In association analysis, the objective is to understand and determine the relationship among variables. For example, by using market basket analysis, if a father of a child purchase a diaper, there is a 0.40 probability that he will purchase beer.
Association analysis is to understand the co-occurencer among items. For example, which item is the antecedent and which item is the consequent. For instance, the antecedent is the input while the consequent is the output (result). And to understand what is the support and rule support of the analysis. The former refers to % of transactions that contains X= P(X), which is the antecedent support. The latter refers to % of times X and Y appear together, P(X and Y), which is the antcedent and consequent. Last but not least, the confidence of the result. The confidence is the likelihood that Y appears when X occurs, P(X and Y) / P(X).
Nevertheless, association analysis are exploratory in nature, with a view to better understand groupings and patterns in the data set.
Clustering analysis is a type of exploratory techniques that discover natural grouping in data. In clustering analysis, we group homogeneous objects into similar cluster and heterogeneous objects into different cluster.
For example, by deploying K-means in SPSS Modeler, we determine the number of clusters by:
1) Assigning objects to its closest centroid
2) Update the centroid of each cluster with every iteration
3) Continue until the stopping criterion is fulfilled
One of the example of cluster analysis is to determine the area/zone in Singapore that has a high rate of dengue fever. Area with high value will be classified as red zone while area with low value will be classified as green zone.
Referring to beloww for the clustering analysis of a cafe:
Predictive analysis is to use current or historical data to build models that predict the future values or states of certain variables. There are two kind of predicitve models:
1) Predictor (Estimator): Predicts a numeric or metric target
2) Classifier: Predicts a class or categorical (non-metric) target
The types of predictor models include:
1) Regression (Simple Linear Regression / Multiple Linear Regression)
2) Decision Tree (CHAID, CART, C5.0, and QUEST)
3) Artificial Neural Network (ANN)
Referring to the diagram above for the decision tree built by the CHAID model.

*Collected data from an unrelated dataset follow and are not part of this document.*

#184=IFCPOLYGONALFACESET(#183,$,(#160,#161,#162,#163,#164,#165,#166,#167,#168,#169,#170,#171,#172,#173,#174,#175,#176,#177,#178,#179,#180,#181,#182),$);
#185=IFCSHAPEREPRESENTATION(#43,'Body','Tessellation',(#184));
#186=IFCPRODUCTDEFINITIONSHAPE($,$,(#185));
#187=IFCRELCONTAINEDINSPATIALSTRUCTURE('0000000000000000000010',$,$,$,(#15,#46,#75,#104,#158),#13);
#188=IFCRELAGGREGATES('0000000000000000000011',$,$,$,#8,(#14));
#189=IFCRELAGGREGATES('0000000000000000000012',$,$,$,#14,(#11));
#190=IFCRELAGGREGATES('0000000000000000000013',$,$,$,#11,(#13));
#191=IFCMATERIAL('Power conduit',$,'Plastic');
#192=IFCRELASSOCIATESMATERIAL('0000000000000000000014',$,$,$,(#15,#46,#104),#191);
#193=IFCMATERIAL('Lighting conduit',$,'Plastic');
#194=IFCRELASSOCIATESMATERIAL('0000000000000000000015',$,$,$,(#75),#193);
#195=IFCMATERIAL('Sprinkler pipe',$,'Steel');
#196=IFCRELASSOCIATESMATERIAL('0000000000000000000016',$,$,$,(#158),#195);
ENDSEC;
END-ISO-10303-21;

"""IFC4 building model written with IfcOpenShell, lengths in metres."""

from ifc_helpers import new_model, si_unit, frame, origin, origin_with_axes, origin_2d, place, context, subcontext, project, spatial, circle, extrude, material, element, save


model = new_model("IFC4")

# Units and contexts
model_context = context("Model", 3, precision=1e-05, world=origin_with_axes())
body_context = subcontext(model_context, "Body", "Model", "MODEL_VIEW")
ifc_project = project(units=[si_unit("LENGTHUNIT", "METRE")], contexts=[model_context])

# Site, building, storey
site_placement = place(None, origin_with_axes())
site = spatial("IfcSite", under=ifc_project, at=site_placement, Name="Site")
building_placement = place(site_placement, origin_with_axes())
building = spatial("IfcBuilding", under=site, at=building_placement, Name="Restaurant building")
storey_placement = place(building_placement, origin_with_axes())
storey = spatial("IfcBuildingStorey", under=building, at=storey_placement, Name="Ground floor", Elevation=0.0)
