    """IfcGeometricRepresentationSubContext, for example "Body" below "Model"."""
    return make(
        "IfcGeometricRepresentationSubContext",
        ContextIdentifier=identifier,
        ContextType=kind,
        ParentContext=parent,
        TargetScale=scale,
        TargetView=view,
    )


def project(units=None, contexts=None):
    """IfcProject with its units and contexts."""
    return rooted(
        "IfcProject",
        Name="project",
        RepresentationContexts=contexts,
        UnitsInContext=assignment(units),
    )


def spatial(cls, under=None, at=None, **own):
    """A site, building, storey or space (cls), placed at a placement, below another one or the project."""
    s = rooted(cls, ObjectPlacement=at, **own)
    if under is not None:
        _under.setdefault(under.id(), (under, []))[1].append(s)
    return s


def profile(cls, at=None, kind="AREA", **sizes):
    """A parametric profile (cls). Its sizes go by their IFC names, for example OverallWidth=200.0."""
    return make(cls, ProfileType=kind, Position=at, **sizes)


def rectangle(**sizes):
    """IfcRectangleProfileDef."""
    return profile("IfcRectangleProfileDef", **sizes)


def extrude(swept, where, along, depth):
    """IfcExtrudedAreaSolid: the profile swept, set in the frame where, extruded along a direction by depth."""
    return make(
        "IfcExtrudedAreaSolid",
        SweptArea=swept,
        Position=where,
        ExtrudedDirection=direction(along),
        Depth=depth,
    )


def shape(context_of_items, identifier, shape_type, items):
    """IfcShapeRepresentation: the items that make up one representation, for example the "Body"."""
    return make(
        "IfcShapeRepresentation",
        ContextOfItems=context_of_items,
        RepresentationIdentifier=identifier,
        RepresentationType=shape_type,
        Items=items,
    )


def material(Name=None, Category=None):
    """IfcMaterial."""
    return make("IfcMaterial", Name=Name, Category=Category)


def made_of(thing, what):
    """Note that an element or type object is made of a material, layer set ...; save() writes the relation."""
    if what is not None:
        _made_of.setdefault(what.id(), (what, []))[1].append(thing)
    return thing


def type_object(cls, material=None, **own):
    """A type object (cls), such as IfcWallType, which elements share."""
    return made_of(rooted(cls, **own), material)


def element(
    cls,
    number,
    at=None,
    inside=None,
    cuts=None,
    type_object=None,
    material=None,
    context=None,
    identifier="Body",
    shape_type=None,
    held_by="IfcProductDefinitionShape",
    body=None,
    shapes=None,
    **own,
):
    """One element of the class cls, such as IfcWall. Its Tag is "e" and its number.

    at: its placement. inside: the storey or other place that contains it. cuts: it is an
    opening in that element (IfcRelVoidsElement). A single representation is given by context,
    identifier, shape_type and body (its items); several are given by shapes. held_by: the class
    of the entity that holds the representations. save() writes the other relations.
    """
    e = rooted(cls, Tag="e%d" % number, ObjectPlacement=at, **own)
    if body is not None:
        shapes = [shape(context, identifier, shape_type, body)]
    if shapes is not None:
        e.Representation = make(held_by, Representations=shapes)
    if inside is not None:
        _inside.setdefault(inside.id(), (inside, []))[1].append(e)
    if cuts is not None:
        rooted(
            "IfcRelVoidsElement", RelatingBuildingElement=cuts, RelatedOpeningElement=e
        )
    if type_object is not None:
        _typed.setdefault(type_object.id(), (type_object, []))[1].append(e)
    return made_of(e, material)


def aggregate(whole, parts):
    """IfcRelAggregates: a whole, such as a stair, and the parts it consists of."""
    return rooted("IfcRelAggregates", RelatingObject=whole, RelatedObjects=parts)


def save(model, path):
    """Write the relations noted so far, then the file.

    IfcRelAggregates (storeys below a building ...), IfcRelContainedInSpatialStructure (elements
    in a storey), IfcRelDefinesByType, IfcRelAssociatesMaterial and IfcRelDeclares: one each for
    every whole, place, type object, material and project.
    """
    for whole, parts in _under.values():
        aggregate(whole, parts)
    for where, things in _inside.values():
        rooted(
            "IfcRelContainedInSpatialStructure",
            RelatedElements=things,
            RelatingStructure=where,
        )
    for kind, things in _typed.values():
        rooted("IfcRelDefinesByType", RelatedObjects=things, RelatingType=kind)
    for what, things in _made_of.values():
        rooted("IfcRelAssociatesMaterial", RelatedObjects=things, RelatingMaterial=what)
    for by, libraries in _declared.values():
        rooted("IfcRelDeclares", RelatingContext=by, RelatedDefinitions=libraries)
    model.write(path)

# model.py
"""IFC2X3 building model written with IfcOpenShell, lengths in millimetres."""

The first split of the model includes three splits which are Customer Tier A (Node 1), Customer Tier B (Node 2), and Customer Tier (Node 3). Tier A has a size value of 25.47% with a predicted value of 9.996 while Tier B has a size value of 29.593% with a predicted value of 8.854. On the other hand, Tier C has a size value of 44.936% with a predicted value of 8.159. From the preliminary analysis, it can be concluded that the customers in Tier A are more likely the targeted customers to achieve the predicted goal of the revenue. However, they have the smallest base of the customer as compared to the other tiers.
For example, under the Node 7 (Actual Revenue >9.988), it has a predicted value of 10.683. Its child node (Node 35) that require a follow-up call has a predicted value of 11.097. Despite being the smallest size value among the same level of nodes, however, it is likely to convince the customer to purchase the products and achieve the predicted goal. Moreover, it can be noticed that Node 34 with a predicted value of 10.744 is likely to achieve the predicted goal when there is a follow-up call.